Saved entries:
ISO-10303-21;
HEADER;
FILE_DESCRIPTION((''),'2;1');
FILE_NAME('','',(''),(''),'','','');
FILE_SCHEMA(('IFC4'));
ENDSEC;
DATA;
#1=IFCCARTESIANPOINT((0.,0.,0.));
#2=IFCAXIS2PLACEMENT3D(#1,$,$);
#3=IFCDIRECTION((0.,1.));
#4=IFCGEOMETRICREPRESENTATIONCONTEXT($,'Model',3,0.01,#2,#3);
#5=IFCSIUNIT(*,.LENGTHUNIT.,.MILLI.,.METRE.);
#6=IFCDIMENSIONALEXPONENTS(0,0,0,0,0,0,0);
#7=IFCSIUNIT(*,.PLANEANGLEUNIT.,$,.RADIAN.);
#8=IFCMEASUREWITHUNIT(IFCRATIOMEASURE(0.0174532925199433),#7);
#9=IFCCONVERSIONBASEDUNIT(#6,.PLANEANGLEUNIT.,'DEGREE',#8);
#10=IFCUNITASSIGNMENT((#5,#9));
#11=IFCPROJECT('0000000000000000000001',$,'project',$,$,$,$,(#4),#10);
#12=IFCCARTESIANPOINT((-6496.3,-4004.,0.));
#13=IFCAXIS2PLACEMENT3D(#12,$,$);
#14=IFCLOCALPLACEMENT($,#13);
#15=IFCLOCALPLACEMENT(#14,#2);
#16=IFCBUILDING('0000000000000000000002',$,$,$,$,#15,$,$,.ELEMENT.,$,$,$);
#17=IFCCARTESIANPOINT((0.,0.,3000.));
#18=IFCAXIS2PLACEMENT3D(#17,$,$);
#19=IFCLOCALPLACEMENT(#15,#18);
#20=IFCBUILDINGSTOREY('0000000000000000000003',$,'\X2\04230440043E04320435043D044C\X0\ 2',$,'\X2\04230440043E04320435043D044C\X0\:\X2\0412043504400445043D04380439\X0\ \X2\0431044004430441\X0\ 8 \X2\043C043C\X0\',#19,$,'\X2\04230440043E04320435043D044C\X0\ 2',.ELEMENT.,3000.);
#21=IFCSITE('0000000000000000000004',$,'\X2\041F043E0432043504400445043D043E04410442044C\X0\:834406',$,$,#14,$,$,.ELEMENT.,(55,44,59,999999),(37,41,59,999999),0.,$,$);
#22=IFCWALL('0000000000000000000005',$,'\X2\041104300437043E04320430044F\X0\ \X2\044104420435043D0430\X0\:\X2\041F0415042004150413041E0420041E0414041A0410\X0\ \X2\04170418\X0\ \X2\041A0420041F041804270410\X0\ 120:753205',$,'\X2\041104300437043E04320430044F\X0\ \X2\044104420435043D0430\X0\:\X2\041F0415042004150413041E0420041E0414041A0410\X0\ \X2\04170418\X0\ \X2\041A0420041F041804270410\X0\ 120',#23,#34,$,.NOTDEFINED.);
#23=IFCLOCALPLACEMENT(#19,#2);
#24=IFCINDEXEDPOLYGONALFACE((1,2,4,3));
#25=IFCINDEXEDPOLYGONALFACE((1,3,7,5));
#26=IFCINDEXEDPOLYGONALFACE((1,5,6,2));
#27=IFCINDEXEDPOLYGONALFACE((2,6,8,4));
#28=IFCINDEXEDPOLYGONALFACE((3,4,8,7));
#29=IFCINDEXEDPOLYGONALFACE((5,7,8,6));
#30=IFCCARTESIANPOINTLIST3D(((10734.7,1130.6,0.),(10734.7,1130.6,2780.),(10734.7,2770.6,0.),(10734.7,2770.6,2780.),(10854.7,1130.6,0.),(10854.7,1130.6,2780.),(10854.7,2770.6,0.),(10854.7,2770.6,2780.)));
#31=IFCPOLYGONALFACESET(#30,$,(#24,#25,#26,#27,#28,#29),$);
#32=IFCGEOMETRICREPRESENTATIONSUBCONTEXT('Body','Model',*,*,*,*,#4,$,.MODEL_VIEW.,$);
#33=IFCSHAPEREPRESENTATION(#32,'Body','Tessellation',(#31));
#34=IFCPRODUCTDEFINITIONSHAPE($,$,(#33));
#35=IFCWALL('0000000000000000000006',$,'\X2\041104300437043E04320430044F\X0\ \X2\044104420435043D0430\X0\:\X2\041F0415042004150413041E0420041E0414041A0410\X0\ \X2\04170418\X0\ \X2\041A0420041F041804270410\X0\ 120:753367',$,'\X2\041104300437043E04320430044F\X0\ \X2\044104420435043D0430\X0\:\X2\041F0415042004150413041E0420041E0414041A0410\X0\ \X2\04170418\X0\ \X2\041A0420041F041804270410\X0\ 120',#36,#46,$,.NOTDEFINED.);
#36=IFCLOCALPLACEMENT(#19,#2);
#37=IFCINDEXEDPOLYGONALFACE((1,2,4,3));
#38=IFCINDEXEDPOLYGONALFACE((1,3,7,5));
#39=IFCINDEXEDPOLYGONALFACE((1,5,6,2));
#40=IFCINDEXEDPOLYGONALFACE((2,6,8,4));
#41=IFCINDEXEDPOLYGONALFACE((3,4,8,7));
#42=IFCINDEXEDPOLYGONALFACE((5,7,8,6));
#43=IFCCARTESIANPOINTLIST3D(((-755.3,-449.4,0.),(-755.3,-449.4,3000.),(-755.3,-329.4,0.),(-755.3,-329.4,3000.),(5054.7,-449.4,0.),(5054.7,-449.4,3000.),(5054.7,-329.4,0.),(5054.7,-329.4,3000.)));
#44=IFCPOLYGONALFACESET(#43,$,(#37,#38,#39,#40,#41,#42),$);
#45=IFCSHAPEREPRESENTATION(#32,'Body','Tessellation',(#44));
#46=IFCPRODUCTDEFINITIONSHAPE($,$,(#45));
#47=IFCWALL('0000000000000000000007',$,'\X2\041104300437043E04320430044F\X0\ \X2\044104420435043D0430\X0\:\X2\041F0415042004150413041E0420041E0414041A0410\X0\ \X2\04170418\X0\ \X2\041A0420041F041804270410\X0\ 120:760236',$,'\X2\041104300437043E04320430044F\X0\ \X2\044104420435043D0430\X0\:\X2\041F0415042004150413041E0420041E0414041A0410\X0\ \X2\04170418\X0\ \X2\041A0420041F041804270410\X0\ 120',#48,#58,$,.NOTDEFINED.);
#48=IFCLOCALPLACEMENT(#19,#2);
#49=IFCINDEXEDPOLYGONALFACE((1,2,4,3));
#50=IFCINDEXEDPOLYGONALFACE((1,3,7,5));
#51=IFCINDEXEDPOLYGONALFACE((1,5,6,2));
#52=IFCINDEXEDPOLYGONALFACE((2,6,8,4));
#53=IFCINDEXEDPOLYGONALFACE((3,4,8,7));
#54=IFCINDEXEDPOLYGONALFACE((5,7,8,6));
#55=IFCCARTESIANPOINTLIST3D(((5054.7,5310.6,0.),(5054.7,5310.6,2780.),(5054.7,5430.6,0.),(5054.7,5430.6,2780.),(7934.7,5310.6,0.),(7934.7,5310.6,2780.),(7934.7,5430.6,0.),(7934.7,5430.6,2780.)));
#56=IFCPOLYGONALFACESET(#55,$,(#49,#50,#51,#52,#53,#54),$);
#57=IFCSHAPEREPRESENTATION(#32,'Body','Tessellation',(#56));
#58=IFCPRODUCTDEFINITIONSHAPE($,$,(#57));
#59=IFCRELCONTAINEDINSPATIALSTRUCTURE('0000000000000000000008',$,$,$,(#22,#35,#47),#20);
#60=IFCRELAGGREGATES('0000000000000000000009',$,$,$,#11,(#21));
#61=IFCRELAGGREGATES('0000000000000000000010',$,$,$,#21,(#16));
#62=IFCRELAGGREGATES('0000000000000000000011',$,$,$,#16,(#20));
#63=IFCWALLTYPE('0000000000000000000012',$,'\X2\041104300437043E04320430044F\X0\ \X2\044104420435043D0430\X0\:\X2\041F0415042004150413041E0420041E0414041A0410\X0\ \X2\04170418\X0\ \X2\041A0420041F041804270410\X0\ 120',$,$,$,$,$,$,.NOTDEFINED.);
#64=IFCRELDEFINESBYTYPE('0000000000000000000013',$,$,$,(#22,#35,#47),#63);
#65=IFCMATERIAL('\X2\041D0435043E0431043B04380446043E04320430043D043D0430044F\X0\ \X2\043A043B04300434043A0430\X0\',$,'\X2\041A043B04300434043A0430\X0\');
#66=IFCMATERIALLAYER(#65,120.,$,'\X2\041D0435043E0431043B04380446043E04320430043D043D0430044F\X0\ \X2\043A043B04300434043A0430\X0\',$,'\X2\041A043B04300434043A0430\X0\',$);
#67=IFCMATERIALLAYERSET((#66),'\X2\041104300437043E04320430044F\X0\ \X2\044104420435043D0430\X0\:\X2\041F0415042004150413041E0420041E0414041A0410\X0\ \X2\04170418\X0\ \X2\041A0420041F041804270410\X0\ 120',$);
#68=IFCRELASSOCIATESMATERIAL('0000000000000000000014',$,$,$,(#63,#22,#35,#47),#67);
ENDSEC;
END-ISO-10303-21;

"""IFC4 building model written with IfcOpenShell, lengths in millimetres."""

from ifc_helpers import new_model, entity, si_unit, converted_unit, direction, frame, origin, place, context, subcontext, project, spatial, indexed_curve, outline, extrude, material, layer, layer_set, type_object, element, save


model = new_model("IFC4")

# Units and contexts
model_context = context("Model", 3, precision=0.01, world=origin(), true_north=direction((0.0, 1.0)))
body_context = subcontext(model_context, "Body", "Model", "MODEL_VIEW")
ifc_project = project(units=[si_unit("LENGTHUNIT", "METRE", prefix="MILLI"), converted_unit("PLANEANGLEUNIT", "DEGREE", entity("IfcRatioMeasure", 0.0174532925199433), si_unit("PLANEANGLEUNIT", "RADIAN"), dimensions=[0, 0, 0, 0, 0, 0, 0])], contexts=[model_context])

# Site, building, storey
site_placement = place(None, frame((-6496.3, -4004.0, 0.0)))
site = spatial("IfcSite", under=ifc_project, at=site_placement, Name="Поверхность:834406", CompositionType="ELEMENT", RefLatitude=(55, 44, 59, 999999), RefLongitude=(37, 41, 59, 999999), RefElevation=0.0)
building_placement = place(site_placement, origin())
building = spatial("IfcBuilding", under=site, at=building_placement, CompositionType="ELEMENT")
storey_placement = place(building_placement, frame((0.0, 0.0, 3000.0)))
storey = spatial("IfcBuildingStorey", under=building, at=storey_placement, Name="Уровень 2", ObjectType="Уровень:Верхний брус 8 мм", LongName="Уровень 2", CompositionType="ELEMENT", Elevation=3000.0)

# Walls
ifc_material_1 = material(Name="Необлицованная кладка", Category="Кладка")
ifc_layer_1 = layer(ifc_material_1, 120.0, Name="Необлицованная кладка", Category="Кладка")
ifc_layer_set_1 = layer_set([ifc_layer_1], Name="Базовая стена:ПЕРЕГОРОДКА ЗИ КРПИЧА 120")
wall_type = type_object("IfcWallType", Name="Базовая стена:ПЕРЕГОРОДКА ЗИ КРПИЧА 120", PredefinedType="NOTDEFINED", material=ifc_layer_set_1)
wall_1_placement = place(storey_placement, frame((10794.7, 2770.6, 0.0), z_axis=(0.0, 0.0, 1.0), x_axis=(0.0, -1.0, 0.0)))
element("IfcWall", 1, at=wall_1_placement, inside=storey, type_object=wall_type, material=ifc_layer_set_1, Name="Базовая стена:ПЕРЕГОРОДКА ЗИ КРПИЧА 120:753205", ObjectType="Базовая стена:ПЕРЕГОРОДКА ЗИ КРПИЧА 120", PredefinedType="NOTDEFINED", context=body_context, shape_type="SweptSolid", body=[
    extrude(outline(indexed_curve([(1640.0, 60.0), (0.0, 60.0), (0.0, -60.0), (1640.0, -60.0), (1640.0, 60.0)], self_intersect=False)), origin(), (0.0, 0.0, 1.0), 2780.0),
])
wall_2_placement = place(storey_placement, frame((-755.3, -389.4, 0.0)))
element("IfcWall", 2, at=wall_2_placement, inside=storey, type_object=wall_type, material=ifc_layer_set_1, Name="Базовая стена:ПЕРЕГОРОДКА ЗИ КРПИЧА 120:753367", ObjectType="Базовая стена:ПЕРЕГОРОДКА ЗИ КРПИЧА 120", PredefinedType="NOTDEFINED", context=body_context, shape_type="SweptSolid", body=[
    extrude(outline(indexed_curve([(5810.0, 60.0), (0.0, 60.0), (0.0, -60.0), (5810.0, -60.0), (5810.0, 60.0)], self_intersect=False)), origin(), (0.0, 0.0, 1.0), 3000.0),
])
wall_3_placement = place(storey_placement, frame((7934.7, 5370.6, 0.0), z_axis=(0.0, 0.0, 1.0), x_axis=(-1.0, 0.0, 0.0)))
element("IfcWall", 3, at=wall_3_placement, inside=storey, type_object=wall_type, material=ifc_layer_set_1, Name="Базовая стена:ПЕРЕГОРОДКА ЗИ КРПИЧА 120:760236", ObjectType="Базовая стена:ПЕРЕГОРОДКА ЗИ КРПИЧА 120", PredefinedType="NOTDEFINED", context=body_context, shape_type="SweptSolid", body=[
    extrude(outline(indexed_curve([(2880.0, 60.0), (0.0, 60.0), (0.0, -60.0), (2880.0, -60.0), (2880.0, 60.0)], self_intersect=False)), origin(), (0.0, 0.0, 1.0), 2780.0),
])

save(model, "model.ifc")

§ REQUIREMENT: Starting with the line above that holds "#2=IFCAXIS2PLACEMENT3D(#1,$,$);" and stopping with the line that holds "#19=IFCLOCALPLACEMENT(#15,#18);", reproduce each line exactly, omitting all other lines.

§ ANSWER TO THE PROBLEM:
#2=IFCAXIS2PLACEMENT3D(#1,$,$);
#3=IFCDIRECTION((0.,1.));
#4=IFCGEOMETRICREPRESENTATIONCONTEXT($,'Model',3,0.01,#2,#3);
#5=IFCSIUNIT(*,.LENGTHUNIT.,.MILLI.,.METRE.);
#6=IFCDIMENSIONALEXPONENTS(0,0,0,0,0,0,0);
#7=IFCSIUNIT(*,.PLANEANGLEUNIT.,$,.RADIAN.);
#8=IFCMEASUREWITHUNIT(IFCRATIOMEASURE(0.0174532925199433),#7);
#9=IFCCONVERSIONBASEDUNIT(#6,.PLANEANGLEUNIT.,'DEGREE',#8);
#10=IFCUNITASSIGNMENT((#5,#9));
#11=IFCPROJECT('0000000000000000000001',$,'project',$,$,$,$,(#4),#10);
#12=IFCCARTESIANPOINT((-6496.3,-4004.,0.));
#13=IFCAXIS2PLACEMENT3D(#12,$,$);
#14=IFCLOCALPLACEMENT($,#13);
#15=IFCLOCALPLACEMENT(#14,#2);
#16=IFCBUILDING('0000000000000000000002',$,$,$,$,#15,$,$,.ELEMENT.,$,$,$);
#17=IFCCARTESIANPOINT((0.,0.,3000.));
#18=IFCAXIS2PLACEMENT3D(#17,$,$);
#19=IFCLOCALPLACEMENT(#15,#18);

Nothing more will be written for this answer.